I see that my 'map' is a bit dated with just 26 stations listed and lacks some of the newest stations and transmitters. *But *in 'the city' most transmitters are clustered on the highest peaks or building tops so _the general information remains the same! _ Only 1 lone station is also listed at 57 miles away and will be 'off the side' of my antenna at about 45 degrees; so IF I see it at all, it's a "gift".

Wish Gov Maps offered more info about the test antenna setup used to create the charts? Also sad to see they recommend a 'amplified indoor antenna' for me that looks like a black hot water bottle... yikes. I wouldn't install that antenna in my dogs house. Pure junk antennas with *coax *so thin that the diameter is slightly larger than boot laces.

SOGLAD

*I tried to find these sites listed in other posts on 'tivocommunity', but had no luck. IF these are repeats of posts ~ I do apologize.


----------



## mbernste (Apr 6, 2003)

Most people use Antenna Web.


----------



## JoeKustra (Dec 7, 2012)

My zipcode is 17921. Which antenna should I buy?


----------



## jcondon (Jul 9, 2003)

mbernste said:


> Most people use Antenna Web.


Antenna Web shows two independent stations I know I have received in the past with rabbit ears. Doesn't show any others which is probably accurate.

DTV Gov Maps shows 4 stations none of which I think I could get. All are 2/10. One in upstate NY (only major broadcaster), one in NJ and two in Connecticut. It doesn't show the two I know I can get.

Antenna Web seems more accurate for me at least.


----------



## SOGLAD (Aug 18, 2019)

mbernste said:


> Most people use Antenna Web.


*Nice site and lots of details too... THANKS for that input!*

SOGLAD


----------



## Mr Tony (Dec 20, 2012)

I use Rabbitears site because you can pinpoint your location to your actual location and not a general zip code
RabbitEars.Info


----------



## jtdon99 (Oct 26, 2014)

plus 1 for rabbitears.info


----------



## Adam C. (Jul 24, 2017)

jtdon99 said:


> plus 1 for rabbitears.info


+2


----------



## SOGLAD (Aug 18, 2019)

Antenna Web seems more accurate for me at least.[/QUOTE]


unclehonkey said:


> I use Rabbitears site because you can pinpoint your location to your actual location and not a general zip code
> RabbitEars.Info


RabbitEars.Info does offer tremendous Station details and insight! It's one of the best. *BRAVO*, unclehonkey and thanks so much for your post!


----------



## Mr Tony (Dec 20, 2012)

JoeKustra said:


> My zipcode is 17921. Which antenna should I buy?

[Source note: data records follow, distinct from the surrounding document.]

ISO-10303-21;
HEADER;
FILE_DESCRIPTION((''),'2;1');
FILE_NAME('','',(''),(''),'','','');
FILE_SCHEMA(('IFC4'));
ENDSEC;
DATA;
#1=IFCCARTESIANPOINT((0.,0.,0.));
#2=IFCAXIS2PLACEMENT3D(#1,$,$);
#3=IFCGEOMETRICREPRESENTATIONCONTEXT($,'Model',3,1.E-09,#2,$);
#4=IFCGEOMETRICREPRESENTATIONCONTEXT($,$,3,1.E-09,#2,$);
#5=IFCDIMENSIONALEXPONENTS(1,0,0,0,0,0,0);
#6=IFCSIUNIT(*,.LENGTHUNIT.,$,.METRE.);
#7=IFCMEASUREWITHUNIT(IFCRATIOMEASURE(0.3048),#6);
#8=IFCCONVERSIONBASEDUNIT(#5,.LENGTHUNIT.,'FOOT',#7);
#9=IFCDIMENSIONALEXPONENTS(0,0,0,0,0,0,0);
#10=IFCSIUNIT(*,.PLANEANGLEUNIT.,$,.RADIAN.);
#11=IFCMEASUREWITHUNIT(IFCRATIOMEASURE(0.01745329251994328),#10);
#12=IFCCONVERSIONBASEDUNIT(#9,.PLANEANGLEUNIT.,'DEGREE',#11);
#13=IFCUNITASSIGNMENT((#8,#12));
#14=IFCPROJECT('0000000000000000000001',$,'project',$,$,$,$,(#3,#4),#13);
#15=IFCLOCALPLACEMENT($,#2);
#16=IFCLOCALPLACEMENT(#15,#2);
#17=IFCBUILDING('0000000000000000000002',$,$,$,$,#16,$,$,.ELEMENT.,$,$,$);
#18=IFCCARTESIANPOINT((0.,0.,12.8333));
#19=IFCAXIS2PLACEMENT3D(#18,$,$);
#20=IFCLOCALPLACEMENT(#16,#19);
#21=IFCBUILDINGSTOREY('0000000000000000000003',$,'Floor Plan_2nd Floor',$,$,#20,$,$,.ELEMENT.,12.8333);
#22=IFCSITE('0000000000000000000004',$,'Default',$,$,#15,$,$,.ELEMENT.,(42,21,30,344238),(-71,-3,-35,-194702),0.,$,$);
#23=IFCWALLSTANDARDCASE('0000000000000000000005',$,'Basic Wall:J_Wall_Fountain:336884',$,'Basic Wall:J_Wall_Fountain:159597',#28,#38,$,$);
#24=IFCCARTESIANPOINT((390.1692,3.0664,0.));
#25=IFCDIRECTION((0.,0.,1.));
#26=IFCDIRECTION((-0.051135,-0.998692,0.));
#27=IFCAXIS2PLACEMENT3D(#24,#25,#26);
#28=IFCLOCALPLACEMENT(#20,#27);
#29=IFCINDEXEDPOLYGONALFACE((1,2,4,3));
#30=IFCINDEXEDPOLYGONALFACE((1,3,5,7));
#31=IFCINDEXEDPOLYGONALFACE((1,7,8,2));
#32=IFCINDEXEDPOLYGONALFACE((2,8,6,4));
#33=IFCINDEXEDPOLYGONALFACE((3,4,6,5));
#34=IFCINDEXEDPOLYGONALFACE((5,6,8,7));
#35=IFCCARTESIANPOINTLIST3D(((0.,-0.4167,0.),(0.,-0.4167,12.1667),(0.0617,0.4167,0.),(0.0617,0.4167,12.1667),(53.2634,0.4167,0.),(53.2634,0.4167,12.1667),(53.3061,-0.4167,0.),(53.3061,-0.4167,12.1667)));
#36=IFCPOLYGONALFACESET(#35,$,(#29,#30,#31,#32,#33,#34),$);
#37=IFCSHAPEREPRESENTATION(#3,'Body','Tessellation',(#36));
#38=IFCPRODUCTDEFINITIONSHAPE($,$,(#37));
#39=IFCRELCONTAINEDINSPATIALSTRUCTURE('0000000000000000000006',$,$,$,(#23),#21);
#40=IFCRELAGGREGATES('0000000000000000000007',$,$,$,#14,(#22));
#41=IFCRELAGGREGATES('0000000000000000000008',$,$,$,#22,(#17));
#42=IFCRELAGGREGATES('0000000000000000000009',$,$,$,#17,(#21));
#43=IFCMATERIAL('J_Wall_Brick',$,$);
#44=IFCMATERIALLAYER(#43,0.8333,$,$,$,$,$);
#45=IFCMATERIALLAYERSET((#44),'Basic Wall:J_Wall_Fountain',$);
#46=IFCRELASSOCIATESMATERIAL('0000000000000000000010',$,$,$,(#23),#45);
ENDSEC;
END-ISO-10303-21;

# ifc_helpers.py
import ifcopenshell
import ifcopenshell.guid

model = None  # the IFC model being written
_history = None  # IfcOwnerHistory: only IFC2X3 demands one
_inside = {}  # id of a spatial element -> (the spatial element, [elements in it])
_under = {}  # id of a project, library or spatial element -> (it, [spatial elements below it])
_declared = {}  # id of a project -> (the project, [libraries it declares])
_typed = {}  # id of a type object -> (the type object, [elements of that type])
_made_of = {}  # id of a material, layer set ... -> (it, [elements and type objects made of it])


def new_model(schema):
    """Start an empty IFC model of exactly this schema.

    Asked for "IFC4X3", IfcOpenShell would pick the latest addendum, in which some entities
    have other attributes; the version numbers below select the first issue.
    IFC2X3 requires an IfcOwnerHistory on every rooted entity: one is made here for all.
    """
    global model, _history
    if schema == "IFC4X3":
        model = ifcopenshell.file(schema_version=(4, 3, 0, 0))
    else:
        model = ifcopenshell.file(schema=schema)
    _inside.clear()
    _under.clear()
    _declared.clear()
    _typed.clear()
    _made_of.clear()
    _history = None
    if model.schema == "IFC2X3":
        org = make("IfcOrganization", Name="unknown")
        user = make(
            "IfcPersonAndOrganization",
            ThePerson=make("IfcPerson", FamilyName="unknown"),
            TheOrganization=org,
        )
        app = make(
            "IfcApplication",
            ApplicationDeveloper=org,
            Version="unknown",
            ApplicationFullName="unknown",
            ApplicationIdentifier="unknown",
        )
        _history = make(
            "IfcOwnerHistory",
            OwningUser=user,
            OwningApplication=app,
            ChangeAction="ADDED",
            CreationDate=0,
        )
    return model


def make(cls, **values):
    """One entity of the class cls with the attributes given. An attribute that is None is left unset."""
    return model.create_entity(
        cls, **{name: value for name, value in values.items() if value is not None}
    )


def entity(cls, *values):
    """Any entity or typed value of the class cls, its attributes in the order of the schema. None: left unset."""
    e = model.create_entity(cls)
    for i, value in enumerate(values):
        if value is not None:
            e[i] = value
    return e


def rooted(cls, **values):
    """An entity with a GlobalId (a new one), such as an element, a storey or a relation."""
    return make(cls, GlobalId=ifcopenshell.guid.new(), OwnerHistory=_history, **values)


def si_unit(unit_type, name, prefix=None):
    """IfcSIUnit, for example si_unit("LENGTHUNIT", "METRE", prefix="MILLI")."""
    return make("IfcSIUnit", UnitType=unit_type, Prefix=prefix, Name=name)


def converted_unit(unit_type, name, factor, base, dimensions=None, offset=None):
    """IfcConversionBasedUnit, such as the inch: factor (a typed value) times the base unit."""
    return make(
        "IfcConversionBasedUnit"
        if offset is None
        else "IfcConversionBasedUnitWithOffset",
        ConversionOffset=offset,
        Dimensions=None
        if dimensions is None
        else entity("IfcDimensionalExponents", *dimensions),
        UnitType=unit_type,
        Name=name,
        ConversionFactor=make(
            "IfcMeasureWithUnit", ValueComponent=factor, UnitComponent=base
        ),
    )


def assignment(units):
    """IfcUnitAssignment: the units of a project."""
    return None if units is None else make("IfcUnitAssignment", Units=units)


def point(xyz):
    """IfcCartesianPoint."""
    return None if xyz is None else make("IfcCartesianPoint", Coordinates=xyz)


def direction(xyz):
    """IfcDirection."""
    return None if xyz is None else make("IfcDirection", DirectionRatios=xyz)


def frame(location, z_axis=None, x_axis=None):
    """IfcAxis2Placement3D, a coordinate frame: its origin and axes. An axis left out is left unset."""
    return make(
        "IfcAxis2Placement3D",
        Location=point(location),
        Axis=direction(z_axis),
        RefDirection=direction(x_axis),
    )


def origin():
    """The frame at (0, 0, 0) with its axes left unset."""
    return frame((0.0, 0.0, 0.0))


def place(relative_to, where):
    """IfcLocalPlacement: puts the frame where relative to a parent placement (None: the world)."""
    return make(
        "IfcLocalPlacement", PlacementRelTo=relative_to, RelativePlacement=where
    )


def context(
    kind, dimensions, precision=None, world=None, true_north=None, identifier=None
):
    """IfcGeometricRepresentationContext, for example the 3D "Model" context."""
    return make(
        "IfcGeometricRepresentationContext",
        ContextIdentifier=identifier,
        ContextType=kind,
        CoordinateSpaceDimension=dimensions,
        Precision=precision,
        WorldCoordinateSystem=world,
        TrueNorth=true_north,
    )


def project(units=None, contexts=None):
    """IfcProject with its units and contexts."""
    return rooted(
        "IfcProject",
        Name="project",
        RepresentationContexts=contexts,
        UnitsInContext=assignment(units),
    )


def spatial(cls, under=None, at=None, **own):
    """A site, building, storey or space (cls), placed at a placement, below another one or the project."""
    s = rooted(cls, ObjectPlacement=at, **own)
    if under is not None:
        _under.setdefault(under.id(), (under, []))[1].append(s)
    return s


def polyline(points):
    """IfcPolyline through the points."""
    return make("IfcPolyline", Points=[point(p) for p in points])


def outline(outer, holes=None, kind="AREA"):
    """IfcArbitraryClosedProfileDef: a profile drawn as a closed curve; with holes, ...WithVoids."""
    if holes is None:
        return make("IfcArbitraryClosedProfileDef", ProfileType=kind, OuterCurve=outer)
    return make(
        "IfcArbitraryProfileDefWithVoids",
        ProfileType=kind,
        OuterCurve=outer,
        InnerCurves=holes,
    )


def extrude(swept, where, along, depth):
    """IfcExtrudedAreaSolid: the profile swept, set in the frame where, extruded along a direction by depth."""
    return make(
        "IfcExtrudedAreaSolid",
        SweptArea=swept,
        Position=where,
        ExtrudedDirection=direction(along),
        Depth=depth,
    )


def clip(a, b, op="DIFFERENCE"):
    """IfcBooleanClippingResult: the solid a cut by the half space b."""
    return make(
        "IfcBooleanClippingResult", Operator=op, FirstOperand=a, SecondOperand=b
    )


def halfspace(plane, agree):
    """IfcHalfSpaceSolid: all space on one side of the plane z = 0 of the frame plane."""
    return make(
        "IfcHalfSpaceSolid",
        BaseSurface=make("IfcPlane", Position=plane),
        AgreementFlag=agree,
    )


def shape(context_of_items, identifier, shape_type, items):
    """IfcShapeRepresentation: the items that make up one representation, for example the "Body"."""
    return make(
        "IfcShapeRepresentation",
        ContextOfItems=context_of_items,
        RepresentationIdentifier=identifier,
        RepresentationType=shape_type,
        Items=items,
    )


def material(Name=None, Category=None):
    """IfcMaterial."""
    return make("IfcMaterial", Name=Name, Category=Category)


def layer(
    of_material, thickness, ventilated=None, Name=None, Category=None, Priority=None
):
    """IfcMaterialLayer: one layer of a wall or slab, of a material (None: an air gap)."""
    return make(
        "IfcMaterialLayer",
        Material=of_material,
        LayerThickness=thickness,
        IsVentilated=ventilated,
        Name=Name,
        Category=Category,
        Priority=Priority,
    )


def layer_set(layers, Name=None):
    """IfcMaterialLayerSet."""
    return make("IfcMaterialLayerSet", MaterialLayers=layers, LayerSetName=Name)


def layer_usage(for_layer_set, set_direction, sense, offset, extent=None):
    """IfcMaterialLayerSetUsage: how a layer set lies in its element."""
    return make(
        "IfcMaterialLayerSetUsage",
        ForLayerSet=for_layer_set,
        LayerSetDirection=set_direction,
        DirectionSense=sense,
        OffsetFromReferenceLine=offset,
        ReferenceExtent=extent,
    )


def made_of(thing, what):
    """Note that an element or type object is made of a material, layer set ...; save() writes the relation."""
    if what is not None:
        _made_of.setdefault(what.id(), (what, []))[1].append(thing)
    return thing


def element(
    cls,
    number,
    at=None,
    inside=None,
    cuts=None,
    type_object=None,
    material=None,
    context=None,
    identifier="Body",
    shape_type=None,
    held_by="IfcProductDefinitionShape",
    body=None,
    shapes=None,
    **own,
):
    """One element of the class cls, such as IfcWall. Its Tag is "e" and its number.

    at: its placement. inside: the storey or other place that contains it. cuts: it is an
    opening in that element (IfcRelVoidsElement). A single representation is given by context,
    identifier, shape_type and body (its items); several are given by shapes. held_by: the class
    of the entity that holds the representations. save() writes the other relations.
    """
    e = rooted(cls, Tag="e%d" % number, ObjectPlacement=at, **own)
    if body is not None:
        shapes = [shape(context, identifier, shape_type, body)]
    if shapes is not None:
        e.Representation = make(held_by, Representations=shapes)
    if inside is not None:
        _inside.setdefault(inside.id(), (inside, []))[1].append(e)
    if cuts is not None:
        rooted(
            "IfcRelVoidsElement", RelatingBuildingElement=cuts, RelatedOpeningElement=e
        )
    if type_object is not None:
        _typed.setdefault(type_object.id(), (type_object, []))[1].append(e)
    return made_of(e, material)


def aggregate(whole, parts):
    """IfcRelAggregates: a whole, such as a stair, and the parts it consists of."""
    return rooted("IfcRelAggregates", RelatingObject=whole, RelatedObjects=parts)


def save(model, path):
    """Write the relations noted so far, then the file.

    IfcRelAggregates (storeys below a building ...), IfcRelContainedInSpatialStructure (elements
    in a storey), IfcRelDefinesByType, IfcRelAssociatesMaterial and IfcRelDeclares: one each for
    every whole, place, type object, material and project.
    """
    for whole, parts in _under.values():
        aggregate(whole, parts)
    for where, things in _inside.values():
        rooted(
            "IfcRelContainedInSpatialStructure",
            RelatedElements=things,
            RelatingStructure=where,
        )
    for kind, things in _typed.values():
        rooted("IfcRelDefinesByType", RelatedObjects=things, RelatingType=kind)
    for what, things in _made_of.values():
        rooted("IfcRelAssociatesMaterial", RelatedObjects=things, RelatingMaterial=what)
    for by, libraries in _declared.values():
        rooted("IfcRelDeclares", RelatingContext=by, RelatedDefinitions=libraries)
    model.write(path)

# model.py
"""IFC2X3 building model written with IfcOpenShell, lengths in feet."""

from ifc_helpers import new_model, entity, si_unit, converted_unit, frame, origin, place, context, project, spatial, polyline, outline, extrude, clip, halfspace, material, layer, layer_set, layer_usage, element, save


model = new_model("IFC2X3")

# Units and contexts
model_context = context("Model", 3, precision=1e-09, world=origin())
context_of_model = context(None, 3, precision=1e-09, world=origin())
ifc_project = project(units=[converted_unit("LENGTHUNIT", "FOOT", entity("IfcRatioMeasure", 0.3048), si_unit("LENGTHUNIT", "METRE"), dimensions=[1, 0, 0, 0, 0, 0, 0]), converted_unit("PLANEANGLEUNIT", "DEGREE", entity("IfcRatioMeasure", 0.01745329251994328), si_unit("PLANEANGLEUNIT", "RADIAN"), dimensions=[0, 0, 0, 0, 0, 0, 0])], contexts=[model_context, context_of_model])

# Site, building, storey
site_placement = place(None, origin())
site = spatial("IfcSite", under=ifc_project, at=site_placement, Name="Default", CompositionType="ELEMENT", RefLatitude=(42, 21, 30, 344238), RefLongitude=(-71, -3, -35, -194702), RefElevation=0.0)
building_placement = place(site_placement, origin())
building = spatial("IfcBuilding", under=site, at=building_placement, CompositionType="ELEMENT")
storey_placement = place(building_placement, frame((0.0, 0.0, 12.8333)))
storey = spatial("IfcBuildingStorey", under=building, at=storey_placement, Name="Floor Plan_2nd Floor", CompositionType="ELEMENT", Elevation=12.8333)

# Shared definitions
ifc_material_1 = material(Name="J_Wall_Brick")

# Wall
ifc_layer_1 = layer(ifc_material_1, 0.8333)
ifc_layer_set_1 = layer_set([ifc_layer_1], Name="Basic Wall:J_Wall_Fountain")
ifc_layer_usage_1 = layer_usage(ifc_layer_set_1, "AXIS2", "NEGATIVE", 0.4167)
wall_1_placement = place(storey_placement, frame((390.1692, 3.0664, 0.0), z_axis=(0.0, 0.0, 1.0), x_axis=(-0.051135, -0.998692, 0.0)))
element("IfcWallStandardCase", 1, at=wall_1_placement, inside=storey, material=ifc_layer_usage_1, Name="Basic Wall:J_Wall_Fountain:336884", ObjectType="Basic Wall:J_Wall_Fountain:159597", context=model_context, shape_type="Clipping", body=[
    clip(extrude(outline(polyline([(53.3061, -0.4167), (53.2634, 0.4167), (0.0617, 0.4167), (0.0, -0.4167), (0.7103, -0.4167), (50.7611, -0.4167), (51.4703, -0.4167), (53.3061, -0.4167)])), origin(), (0.0, 0.0, 1.0), 12.1667), halfspace(frame((0.0, 0.0, -0.5417)), True)),
])

save(model, "model.ifc")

according to antennaweb...none 

(note the below is what I found...I know we've discussed the issues there with signals so the rest is just for fun) 

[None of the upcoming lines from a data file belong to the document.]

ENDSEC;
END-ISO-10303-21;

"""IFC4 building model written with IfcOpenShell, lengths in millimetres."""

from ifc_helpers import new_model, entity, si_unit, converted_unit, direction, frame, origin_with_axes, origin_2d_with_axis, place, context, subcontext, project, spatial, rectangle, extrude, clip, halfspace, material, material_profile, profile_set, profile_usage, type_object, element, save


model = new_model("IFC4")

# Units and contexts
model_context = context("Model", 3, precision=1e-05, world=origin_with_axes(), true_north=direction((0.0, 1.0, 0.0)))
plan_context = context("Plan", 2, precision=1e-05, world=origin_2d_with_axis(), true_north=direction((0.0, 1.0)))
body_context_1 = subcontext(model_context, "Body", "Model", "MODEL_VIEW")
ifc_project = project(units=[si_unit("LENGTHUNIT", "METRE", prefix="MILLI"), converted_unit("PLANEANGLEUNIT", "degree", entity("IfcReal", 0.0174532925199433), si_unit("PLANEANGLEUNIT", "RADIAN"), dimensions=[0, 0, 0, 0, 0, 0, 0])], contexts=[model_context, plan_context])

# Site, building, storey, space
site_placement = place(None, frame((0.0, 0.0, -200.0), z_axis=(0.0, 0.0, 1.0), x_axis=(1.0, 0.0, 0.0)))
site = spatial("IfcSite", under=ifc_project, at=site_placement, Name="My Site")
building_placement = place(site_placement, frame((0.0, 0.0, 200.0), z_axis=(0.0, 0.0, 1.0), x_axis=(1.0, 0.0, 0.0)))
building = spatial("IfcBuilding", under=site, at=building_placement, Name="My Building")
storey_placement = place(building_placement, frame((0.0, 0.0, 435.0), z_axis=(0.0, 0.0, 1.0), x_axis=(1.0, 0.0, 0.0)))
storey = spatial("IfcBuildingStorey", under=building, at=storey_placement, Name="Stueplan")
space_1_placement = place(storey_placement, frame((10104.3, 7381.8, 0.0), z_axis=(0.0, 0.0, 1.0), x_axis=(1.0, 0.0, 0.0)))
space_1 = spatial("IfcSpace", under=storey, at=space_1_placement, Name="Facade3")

rabbitears it depends on where in Ashland you are. Running 3 different reports from in town and you get varying results
East of Town shows terrible results
RabbitEars.Info (signal strength is all negative which pretty much means no signal or at best minimal)

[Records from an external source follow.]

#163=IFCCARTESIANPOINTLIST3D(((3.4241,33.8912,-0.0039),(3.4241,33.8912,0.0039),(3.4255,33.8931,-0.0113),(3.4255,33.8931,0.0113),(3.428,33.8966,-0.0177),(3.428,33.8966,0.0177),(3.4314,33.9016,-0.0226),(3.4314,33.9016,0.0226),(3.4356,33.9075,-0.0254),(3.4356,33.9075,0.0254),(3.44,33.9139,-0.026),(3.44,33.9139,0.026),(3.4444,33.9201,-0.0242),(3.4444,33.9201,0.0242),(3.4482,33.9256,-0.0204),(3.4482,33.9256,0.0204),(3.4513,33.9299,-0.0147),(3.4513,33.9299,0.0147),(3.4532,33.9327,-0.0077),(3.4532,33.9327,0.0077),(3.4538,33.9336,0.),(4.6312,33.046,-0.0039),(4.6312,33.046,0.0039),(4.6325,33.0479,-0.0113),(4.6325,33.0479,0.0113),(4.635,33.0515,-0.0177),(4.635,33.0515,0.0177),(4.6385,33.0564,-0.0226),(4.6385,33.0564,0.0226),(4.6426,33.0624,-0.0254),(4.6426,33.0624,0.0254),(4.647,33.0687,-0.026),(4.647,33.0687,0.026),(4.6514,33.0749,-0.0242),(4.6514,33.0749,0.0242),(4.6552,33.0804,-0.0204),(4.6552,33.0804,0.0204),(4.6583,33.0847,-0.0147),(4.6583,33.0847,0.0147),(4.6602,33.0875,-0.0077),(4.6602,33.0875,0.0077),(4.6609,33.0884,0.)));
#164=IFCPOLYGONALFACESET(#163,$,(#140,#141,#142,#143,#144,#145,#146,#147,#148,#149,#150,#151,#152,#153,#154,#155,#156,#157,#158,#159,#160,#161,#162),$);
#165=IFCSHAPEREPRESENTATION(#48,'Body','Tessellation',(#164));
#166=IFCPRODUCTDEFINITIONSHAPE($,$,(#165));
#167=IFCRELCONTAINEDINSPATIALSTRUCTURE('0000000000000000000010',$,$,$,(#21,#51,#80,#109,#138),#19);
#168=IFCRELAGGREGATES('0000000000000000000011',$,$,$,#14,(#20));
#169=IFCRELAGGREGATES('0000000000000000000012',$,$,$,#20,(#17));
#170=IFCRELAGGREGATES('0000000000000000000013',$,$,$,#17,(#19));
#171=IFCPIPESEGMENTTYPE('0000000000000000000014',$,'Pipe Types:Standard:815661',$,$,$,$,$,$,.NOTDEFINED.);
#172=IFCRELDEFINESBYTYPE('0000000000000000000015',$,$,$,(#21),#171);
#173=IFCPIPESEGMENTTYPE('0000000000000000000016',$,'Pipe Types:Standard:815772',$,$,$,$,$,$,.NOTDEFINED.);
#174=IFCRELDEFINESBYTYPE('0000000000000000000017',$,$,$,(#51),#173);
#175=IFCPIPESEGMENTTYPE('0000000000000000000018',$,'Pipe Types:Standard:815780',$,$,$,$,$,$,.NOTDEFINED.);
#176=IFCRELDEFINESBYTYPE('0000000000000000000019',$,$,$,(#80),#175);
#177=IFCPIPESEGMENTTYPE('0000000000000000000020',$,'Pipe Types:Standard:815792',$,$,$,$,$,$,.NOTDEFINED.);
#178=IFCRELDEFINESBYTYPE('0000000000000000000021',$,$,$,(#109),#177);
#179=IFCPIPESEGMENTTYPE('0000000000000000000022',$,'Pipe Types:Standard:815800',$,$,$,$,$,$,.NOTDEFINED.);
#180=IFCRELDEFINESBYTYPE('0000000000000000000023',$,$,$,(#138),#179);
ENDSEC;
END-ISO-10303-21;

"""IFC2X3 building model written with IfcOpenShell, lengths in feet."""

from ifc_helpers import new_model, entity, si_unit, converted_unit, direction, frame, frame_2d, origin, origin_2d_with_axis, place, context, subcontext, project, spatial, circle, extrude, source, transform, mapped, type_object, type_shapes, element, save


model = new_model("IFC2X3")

middle of town (10th and Walnut) looks more promising
RabbitEars.Info (CBS & NBC are +10 which for VHF stations is obtainable)

West part of town (23rd & Spruce) looks the best
RabbitEars.Info (Big 4 are all above 0 which I know first hand signals can be obtained. My old place most signals were around 0 to +4 and could get them most of the time)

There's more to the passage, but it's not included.